NVIDIA / spark-rapids-ml

Spark RAPIDS MLlib – accelerate Apache Spark MLlib with GPUs
https://nvidia.github.io/spark-rapids-ml/
Apache License 2.0
64 stars 30 forks source link

Consider using RMM for all device allocations instead of `cudaMalloc` #3

Open cjnolet opened 3 years ago

cjnolet commented 3 years ago

While browsing briefly through the new PCA implementation, I noticed there are still several places where GPU memory is being allocated using cudaMalloc. Throughout this file, for example. In RAPIDS, we replace all calls to cudaMalloc in our code and use rmm to allocate any and all memory.

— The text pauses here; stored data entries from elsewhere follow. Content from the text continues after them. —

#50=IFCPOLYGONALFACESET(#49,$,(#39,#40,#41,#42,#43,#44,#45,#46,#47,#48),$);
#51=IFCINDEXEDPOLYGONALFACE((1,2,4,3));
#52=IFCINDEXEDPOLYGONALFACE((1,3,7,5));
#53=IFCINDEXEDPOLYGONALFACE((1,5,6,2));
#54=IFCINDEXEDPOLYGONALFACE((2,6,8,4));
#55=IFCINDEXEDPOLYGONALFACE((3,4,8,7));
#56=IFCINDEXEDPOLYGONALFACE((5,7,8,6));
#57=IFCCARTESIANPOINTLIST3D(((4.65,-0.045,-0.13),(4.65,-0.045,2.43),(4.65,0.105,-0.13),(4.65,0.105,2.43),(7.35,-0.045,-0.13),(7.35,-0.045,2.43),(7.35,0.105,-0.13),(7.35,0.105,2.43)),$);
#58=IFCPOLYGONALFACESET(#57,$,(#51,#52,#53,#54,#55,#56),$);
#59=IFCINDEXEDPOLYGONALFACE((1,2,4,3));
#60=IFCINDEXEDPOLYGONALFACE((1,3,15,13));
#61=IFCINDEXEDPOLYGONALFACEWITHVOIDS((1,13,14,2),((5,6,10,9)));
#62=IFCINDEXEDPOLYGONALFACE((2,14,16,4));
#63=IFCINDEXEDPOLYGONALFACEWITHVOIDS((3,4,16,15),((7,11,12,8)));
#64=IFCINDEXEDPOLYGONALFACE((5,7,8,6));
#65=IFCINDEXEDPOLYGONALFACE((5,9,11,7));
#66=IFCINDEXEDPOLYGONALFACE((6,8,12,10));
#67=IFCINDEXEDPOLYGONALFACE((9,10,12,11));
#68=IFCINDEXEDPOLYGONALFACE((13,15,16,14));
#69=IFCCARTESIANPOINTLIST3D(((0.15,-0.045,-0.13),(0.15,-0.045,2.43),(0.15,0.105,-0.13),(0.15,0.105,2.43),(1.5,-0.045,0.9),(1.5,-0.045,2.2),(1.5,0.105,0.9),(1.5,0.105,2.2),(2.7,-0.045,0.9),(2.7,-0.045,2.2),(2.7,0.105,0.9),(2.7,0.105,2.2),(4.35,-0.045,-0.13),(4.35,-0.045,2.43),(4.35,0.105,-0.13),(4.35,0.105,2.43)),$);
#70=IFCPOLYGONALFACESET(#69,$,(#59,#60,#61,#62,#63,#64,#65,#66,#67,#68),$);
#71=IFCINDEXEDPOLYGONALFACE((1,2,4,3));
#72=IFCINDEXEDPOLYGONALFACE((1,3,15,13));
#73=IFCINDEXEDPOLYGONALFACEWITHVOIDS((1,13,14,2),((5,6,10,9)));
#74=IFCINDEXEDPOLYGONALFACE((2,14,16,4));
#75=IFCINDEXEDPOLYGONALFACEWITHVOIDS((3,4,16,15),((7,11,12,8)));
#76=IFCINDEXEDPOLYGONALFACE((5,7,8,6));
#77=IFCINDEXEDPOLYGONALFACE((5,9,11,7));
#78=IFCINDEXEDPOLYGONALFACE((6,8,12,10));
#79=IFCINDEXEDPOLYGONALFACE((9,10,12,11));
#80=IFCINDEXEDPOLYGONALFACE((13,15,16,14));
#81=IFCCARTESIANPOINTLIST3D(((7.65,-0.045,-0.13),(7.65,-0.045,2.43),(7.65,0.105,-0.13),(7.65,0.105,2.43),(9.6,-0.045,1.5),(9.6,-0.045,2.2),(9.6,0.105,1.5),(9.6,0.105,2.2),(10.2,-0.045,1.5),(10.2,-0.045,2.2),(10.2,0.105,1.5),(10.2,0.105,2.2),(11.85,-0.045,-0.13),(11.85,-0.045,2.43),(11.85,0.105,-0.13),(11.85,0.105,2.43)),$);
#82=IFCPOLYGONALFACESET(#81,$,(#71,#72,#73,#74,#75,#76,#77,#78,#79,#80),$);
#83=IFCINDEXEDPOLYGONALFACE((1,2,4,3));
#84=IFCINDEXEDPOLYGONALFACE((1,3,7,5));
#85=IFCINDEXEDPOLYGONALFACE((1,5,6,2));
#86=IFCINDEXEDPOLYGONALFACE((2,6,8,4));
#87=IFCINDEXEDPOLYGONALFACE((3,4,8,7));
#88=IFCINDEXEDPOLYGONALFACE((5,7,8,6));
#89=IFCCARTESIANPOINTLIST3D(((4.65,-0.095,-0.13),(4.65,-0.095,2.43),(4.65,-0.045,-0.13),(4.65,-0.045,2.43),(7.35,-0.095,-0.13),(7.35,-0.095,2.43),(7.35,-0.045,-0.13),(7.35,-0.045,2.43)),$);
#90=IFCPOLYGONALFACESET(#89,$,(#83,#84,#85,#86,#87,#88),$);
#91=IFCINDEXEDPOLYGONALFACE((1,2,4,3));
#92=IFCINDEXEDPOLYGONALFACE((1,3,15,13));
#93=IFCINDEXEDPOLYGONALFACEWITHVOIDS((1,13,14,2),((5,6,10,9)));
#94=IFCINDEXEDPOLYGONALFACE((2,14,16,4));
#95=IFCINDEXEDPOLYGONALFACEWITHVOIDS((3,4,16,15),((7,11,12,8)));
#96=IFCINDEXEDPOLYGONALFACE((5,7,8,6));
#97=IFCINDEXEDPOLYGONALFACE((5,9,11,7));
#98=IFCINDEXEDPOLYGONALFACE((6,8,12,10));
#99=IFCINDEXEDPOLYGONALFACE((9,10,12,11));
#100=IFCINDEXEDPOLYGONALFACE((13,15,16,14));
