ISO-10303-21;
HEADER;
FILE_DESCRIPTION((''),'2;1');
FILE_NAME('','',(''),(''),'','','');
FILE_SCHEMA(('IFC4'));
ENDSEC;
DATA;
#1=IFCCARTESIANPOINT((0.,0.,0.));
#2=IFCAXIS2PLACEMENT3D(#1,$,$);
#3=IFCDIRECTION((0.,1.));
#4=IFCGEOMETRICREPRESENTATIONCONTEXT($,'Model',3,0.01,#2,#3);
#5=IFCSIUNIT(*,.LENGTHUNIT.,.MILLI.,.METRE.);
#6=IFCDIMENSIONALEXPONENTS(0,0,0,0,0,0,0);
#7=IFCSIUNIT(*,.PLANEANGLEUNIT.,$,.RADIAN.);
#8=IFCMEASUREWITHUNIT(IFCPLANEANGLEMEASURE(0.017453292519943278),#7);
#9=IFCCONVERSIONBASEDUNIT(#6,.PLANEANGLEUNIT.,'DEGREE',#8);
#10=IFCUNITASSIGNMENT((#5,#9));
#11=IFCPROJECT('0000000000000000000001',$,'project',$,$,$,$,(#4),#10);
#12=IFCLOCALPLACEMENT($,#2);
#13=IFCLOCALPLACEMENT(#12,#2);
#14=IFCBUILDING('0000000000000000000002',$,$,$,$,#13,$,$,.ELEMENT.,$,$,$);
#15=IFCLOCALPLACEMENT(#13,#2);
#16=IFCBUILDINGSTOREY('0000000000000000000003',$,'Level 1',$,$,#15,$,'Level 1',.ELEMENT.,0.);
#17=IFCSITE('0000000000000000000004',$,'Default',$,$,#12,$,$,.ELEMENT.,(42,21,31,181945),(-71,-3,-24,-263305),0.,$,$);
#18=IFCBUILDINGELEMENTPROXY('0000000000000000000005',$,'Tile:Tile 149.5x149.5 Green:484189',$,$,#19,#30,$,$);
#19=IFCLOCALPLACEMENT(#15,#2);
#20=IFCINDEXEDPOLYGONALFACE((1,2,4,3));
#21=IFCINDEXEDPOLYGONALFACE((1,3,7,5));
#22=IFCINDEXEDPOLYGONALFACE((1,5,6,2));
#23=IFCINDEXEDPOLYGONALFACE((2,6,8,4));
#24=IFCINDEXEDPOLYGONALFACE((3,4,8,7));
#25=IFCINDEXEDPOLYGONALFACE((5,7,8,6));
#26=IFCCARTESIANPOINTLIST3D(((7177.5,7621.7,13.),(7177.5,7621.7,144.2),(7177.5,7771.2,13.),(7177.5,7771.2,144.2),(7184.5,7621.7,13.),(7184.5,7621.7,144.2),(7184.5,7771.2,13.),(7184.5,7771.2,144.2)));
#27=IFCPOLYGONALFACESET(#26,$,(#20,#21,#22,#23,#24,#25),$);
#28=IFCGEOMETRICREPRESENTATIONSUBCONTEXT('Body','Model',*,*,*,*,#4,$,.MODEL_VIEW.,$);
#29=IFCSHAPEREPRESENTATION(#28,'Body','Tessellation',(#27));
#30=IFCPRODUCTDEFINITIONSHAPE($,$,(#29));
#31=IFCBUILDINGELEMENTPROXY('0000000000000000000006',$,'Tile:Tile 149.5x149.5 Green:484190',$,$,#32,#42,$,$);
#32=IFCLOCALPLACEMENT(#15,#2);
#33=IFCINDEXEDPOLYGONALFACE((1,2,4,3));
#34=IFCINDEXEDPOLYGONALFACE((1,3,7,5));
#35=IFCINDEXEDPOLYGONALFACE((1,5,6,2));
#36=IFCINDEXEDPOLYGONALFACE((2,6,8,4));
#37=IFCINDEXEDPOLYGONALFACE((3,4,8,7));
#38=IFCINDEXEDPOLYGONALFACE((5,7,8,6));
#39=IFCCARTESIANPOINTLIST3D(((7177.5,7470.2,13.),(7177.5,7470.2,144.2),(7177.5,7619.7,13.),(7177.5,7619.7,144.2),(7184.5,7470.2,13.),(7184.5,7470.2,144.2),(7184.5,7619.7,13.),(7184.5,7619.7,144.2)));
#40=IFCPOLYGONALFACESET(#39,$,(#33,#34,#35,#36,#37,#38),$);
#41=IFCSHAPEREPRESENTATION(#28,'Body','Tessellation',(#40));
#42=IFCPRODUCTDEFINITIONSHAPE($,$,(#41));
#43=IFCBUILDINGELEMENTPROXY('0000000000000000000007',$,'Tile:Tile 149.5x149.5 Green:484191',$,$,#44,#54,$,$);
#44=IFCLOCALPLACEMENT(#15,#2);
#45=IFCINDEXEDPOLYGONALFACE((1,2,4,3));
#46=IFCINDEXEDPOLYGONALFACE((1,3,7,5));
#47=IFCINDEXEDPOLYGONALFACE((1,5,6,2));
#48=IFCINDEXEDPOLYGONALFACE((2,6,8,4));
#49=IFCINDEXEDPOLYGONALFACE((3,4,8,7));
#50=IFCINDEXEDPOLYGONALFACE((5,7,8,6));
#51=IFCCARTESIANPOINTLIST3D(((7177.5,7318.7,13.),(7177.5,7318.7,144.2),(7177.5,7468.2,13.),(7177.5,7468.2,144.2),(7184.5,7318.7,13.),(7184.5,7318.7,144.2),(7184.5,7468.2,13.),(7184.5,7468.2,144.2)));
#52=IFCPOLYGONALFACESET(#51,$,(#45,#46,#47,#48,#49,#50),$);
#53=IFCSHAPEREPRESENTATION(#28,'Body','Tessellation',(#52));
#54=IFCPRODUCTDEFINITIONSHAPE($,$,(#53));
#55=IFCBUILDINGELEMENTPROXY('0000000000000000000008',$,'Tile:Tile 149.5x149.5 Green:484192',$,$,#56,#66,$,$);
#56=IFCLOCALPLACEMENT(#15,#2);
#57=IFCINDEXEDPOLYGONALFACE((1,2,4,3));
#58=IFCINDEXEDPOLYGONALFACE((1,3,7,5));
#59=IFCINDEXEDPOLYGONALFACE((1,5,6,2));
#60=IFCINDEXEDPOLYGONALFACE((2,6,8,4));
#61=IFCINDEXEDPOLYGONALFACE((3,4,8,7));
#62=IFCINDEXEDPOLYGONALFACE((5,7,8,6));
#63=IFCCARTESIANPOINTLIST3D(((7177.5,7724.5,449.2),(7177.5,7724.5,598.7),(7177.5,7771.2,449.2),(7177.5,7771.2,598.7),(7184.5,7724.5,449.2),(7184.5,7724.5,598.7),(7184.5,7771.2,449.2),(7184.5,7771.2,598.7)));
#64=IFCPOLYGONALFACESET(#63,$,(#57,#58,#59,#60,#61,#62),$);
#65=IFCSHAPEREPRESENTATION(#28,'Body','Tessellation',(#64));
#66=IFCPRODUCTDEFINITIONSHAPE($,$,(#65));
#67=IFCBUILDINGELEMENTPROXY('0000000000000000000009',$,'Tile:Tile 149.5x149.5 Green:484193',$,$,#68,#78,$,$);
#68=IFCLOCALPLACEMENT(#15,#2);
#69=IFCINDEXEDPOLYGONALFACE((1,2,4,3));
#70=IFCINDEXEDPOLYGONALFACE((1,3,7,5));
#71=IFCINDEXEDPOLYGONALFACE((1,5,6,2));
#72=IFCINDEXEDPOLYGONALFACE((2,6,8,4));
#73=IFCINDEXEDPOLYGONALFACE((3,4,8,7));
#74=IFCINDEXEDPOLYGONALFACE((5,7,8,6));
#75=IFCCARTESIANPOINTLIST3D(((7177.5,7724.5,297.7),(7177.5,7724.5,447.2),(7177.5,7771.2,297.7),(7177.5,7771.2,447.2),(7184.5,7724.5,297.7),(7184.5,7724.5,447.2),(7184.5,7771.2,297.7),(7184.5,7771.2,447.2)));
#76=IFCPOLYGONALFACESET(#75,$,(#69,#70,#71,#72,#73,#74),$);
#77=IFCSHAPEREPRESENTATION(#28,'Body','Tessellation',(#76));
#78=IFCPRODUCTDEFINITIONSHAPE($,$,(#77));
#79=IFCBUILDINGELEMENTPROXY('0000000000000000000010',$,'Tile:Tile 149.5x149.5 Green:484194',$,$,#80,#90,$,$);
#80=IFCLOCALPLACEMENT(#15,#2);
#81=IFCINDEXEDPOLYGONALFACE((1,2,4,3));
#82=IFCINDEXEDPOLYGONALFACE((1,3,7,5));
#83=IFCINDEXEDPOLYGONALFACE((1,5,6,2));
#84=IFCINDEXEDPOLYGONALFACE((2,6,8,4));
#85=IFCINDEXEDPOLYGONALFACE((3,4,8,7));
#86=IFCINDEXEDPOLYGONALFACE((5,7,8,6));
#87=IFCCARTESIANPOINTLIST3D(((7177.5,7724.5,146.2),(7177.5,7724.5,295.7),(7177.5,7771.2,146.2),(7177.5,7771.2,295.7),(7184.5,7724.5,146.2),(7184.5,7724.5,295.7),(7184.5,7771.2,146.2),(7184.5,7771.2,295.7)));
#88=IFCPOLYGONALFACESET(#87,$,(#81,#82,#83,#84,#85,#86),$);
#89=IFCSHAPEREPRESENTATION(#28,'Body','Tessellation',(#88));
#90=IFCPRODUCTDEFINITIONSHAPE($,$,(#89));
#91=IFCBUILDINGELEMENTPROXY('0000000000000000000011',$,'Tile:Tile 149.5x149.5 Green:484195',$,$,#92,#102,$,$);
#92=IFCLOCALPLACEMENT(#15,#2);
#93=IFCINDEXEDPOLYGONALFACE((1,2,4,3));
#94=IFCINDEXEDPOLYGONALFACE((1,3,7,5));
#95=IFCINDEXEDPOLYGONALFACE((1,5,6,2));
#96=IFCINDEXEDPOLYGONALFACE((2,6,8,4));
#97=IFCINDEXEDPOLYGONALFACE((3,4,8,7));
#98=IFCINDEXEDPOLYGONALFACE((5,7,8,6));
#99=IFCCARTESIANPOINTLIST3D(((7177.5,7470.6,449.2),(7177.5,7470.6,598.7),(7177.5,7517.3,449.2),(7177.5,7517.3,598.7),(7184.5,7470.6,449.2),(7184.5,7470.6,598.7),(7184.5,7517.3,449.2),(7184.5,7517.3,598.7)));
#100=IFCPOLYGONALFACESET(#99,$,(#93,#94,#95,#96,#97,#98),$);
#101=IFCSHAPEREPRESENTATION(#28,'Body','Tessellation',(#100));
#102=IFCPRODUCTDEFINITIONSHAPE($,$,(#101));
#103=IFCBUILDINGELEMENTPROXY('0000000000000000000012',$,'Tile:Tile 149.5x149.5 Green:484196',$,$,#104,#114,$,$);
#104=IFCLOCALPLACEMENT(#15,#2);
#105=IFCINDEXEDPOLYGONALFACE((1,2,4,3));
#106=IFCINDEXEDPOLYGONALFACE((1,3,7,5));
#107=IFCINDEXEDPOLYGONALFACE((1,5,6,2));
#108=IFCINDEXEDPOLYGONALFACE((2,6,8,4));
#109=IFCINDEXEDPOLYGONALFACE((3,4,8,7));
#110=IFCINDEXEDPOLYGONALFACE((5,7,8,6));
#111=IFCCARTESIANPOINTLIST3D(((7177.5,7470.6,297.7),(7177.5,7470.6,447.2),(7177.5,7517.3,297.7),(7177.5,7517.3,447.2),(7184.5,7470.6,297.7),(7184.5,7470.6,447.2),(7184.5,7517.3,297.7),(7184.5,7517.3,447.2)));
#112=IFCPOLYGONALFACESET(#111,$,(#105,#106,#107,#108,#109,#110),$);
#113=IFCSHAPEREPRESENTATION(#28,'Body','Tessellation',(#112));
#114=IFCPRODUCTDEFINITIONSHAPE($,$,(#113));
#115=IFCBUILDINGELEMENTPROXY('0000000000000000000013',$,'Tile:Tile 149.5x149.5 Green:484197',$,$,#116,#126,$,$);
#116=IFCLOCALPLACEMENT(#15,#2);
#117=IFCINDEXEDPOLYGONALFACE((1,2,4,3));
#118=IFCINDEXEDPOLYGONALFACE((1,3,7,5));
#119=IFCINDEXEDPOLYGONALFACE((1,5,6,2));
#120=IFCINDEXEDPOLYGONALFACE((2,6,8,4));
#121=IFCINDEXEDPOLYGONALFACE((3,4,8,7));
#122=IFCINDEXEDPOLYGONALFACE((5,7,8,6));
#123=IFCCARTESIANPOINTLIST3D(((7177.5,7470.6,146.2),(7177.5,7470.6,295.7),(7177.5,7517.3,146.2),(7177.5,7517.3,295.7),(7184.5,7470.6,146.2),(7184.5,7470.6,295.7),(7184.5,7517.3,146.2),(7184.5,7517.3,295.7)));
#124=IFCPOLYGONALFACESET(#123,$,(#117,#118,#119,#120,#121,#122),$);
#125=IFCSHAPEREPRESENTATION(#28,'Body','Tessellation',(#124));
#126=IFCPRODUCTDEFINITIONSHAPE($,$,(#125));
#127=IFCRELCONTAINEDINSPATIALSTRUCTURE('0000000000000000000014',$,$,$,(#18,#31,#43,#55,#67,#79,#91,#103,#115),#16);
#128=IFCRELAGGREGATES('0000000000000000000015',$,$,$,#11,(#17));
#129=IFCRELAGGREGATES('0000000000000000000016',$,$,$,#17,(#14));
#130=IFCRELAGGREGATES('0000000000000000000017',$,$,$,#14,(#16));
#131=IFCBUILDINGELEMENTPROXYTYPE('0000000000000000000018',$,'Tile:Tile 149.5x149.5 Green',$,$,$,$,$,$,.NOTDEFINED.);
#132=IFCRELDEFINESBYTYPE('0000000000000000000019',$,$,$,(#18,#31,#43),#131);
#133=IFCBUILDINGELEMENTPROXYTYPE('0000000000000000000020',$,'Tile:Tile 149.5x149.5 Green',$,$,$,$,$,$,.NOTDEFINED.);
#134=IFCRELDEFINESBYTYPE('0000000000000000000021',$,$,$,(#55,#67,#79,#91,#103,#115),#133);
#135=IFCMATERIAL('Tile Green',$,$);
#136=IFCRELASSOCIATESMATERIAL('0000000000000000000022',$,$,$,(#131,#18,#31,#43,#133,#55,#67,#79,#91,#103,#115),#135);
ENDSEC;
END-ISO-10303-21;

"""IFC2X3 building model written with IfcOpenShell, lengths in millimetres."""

from ifc_helpers import new_model, entity, si_unit, converted_unit, direction, frame, origin, origin_2d_with_axis, place, context, subcontext, project, spatial, rectangle, extrude, source, transform, mapped, material, type_object, type_shapes, element, save


model = new_model("IFC2X3")

# Units and contexts
model_context = context("Model", 3, precision=0.01, world=origin(), true_north=direction((0.0, 1.0)))
body_context = subcontext(model_context, "Body", "Model", "MODEL_VIEW")
ifc_project = project(units=[si_unit("LENGTHUNIT", "METRE", prefix="MILLI"), converted_unit("PLANEANGLEUNIT", "DEGREE", entity("IfcPlaneAngleMeasure", 0.017453292519943278), si_unit("PLANEANGLEUNIT", "RADIAN"), dimensions=[0, 0, 0, 0, 0, 0, 0])], contexts=[model_context])

# Site, building, storey
site_placement = place(None, origin())
site = spatial("IfcSite", under=ifc_project, at=site_placement, Name="Default", CompositionType="ELEMENT", RefLatitude=(42, 21, 31, 181945), RefLongitude=(-71, -3, -24, -263305), RefElevation=0.0)
building_placement = place(site_placement, origin())
building = spatial("IfcBuilding", under=site, at=building_placement, CompositionType="ELEMENT")
storey_placement = place(building_placement, origin())
storey = spatial("IfcBuildingStorey", under=building, at=storey_placement, Name="Level 1", LongName="Level 1", CompositionType="ELEMENT", Elevation=0.0)

# Building element proxies
ifc_material_1 = material(Name="Tile Green")
building_element_proxy_type_1 = type_object("IfcBuildingElementProxyType", Name="Tile:Tile 149.5x149.5 Green", PredefinedType="NOTDEFINED", material=ifc_material_1)
shared_shape_1 = source(origin(), body_context, "Body", "SweptSolid", [
    extrude(rectangle(XDim=131.2, YDim=149.5, at=origin_2d_with_axis()), frame((-65.6, -74.8, 0.0), z_axis=(0.0, 0.0, 1.0), x_axis=(-1.0, 0.0, 0.0)), (0.0, 0.0, 1.0), 7.0),
])
type_shapes(building_element_proxy_type_1, [shared_shape_1])
for number, where, z_axis, x_axis, name in (
    (1, (7184.5, 7771.2, 144.2), (-1.0, 0.0, 0.0), (0.0, 0.0, 1.0), "Tile:Tile 149.5x149.5 Green:484189"),
    (2, (7184.5, 7619.7, 144.2), (-1.0, 0.0, 0.0), (0.0, 0.0, 1.0), "Tile:Tile 149.5x149.5 Green:484190"),
    (3, (7184.5, 7468.2, 144.2), (-1.0, 0.0, 0.0), (0.0, 0.0, 1.0), "Tile:Tile 149.5x149.5 Green:484191"),
):
    element("IfcBuildingElementProxy", number, at=place(storey_placement, frame(where, z_axis=z_axis, x_axis=x_axis)), inside=storey, type_object=building_element_proxy_type_1, material=ifc_material_1, Name=name, context=body_context, shape_type="MappedRepresentation", body=[
        mapped(shared_shape_1, transform((0.0, 0.0, 0.0), scale=1.0)),
    ])
building_element_proxy_type_2 = type_object("IfcBuildingElementProxyType", Name="Tile:Tile 149.5x149.5 Green", PredefinedType="NOTDEFINED", material=ifc_material_1)
shared_shape_2 = source(origin(), body_context, "Body", "SweptSolid", [
    extrude(rectangle(XDim=46.7, YDim=149.5, at=origin_2d_with_axis()), frame((-23.3, -74.8, 0.0), z_axis=(0.0, 0.0, 1.0), x_axis=(-1.0, 0.0, 0.0)), (0.0, 0.0, 1.0), 7.0),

There are a few reasons why this is important

  1. A user can set a single pool allocation size and apply it to a single device.
  2. Allocations will be guaranteed to be aligned to 256 byte boundaries.
  3. Every call directly to cudaMalloc imposes a device-wide synchronization. This can be avoided for the entire device when a pool allocator is configured.
  4. Asynchronous streams which are tied to memory allocations can be maintained along with those allocations.
  5. All allocations on each device will be guaranteed to use the same managed memory pool. This can be the source of problems when some allocations are done through RMM and others are done through cudaMalloc

Further, RMM provides an RAII C++ API that makes managing these pointers easier and less prone to memory leaks. By just using the rmm::device_uvector and smart pointers instead of cudaMalloc, the algorithms in this repository will automatically benefit from the items listed above.

wjxiz1992 commented 3 years ago

Thanks for pointing this out Corey! This has been added to the TODO plan. I've been working on a virtual review for the recent release, I will update once I finished the current work.